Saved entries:

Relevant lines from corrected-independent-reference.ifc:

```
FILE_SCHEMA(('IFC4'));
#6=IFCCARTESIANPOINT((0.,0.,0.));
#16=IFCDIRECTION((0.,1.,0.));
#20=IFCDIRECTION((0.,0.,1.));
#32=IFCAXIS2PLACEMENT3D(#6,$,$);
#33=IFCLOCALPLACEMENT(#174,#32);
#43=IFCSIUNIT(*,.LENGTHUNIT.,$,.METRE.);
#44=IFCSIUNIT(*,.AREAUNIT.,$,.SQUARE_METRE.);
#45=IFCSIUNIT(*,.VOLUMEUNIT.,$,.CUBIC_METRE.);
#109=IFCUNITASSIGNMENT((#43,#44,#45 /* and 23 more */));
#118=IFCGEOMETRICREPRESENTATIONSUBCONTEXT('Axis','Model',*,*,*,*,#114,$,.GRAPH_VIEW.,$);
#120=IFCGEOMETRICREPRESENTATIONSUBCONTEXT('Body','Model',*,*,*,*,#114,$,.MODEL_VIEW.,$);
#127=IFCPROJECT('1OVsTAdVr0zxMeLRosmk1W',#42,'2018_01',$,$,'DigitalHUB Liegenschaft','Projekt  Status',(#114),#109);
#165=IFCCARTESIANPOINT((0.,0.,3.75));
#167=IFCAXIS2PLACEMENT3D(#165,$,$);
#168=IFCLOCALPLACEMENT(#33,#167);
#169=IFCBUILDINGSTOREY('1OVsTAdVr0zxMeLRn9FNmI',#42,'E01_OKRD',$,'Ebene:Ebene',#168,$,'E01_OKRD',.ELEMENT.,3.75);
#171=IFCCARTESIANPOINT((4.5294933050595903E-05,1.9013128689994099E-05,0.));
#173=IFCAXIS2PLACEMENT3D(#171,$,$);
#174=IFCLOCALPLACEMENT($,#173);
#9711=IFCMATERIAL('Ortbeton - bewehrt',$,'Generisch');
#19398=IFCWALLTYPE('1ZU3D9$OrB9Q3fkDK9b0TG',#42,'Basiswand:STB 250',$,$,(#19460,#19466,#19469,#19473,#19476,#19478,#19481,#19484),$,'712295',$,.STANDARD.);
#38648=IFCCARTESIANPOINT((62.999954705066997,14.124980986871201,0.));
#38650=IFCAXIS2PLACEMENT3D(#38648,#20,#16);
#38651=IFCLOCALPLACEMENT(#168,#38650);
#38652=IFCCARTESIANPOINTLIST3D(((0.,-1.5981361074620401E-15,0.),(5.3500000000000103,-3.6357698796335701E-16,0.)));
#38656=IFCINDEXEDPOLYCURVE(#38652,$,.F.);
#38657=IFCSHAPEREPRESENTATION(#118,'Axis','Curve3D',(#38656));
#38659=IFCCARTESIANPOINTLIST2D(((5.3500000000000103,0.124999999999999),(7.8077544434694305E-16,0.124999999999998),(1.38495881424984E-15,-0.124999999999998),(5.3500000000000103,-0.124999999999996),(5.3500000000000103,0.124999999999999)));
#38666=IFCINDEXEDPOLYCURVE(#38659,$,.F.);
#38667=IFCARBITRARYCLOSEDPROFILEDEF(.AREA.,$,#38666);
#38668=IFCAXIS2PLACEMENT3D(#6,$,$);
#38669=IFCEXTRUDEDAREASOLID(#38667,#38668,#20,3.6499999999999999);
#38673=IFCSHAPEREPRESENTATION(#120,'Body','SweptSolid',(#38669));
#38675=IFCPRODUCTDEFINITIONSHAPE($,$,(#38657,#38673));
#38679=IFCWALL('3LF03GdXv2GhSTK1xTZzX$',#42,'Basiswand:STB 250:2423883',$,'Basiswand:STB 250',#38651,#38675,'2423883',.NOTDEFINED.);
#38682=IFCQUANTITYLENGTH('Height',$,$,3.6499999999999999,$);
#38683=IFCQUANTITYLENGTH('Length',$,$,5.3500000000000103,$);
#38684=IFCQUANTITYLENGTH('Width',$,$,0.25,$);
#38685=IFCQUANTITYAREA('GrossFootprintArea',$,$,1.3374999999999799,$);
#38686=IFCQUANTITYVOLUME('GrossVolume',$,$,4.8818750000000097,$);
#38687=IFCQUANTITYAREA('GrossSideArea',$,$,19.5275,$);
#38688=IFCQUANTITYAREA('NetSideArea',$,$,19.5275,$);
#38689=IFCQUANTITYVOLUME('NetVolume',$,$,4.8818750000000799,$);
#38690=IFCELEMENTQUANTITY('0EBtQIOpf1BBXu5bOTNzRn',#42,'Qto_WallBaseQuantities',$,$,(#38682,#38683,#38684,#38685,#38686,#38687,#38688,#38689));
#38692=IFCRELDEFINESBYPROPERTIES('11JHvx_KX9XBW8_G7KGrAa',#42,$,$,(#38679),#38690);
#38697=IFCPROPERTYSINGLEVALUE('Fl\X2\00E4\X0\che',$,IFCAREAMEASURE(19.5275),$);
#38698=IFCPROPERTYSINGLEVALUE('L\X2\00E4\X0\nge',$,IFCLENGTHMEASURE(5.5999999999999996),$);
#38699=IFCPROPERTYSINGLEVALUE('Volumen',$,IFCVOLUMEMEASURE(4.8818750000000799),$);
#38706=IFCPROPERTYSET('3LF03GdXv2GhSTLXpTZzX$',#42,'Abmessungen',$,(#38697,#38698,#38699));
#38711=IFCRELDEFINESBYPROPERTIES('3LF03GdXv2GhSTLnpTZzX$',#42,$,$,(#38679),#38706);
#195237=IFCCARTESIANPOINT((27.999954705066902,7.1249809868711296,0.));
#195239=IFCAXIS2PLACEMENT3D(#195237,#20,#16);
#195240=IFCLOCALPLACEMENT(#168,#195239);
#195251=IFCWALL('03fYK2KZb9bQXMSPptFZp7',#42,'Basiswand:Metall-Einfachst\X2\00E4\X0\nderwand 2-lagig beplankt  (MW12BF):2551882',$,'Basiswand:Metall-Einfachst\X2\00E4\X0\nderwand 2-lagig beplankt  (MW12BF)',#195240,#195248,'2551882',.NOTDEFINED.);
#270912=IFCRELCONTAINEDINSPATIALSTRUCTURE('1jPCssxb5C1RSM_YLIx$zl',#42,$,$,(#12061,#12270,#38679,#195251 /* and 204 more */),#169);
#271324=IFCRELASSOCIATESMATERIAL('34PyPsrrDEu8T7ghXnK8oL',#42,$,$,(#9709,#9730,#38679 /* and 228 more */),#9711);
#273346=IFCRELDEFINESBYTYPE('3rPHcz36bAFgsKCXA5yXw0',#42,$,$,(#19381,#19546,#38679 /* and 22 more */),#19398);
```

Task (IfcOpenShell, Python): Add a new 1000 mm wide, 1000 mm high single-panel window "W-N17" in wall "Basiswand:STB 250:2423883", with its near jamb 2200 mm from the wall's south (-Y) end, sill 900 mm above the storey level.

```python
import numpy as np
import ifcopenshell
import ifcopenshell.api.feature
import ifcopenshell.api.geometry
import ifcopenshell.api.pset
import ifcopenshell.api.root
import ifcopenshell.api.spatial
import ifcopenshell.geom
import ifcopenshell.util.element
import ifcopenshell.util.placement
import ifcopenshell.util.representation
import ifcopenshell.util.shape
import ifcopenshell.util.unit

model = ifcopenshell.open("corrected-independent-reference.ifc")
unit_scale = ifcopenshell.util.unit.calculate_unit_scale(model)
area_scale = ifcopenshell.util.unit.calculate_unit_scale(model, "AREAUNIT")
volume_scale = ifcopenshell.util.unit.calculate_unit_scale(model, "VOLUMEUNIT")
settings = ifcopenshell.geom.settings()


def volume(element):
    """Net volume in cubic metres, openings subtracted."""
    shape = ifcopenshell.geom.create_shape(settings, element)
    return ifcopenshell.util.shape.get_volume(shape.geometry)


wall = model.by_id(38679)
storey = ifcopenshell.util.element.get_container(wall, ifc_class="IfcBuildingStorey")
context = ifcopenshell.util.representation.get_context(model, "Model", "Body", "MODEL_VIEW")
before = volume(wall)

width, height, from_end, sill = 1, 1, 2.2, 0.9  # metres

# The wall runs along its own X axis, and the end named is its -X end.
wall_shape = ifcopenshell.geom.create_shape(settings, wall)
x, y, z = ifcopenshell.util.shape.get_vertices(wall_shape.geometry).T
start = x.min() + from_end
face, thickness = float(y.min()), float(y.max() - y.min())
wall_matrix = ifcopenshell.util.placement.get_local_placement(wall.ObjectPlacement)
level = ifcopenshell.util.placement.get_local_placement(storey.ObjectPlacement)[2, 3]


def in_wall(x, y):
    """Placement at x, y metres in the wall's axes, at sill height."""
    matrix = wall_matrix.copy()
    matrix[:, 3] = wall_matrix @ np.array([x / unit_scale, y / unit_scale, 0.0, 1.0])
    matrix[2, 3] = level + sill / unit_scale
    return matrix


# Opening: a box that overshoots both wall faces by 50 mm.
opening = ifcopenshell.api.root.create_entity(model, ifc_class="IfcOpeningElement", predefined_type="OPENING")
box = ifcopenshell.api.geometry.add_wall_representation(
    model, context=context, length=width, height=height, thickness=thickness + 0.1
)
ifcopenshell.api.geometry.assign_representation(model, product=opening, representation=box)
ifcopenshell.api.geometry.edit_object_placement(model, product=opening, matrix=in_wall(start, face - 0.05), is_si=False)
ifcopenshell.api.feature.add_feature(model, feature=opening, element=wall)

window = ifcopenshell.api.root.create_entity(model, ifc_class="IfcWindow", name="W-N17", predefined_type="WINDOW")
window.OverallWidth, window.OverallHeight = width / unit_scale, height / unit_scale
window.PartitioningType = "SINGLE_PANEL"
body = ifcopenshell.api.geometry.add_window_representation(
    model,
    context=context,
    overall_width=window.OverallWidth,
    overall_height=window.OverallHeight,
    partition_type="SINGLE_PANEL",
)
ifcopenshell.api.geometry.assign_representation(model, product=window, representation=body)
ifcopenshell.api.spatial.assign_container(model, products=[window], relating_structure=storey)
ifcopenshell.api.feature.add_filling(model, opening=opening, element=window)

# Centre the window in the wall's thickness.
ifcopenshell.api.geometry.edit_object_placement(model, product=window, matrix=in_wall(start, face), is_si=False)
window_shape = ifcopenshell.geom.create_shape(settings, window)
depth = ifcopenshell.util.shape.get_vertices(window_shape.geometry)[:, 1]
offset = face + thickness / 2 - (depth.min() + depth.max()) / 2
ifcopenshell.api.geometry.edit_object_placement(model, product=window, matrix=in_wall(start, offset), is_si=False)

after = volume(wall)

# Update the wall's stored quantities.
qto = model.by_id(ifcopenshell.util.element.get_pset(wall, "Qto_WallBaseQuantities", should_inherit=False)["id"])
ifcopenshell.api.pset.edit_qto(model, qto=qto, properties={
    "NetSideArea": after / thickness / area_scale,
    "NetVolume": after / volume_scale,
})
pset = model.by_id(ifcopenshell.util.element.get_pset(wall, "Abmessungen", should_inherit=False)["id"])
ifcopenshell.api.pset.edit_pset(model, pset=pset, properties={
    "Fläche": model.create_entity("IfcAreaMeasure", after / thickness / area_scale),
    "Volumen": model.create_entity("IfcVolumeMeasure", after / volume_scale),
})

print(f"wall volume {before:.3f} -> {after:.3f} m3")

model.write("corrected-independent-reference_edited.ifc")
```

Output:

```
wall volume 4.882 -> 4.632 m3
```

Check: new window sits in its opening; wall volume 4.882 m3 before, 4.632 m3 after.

[Problem to solve] Search the records for the word "IFCSHAPEREPRESENTATION" and return every line that holds it.

[Result of the task]
#38657=IFCSHAPEREPRESENTATION(#118,'Axis','Curve3D',(#38656));
#38673=IFCSHAPEREPRESENTATION(#120,'Body','SweptSolid',(#38669));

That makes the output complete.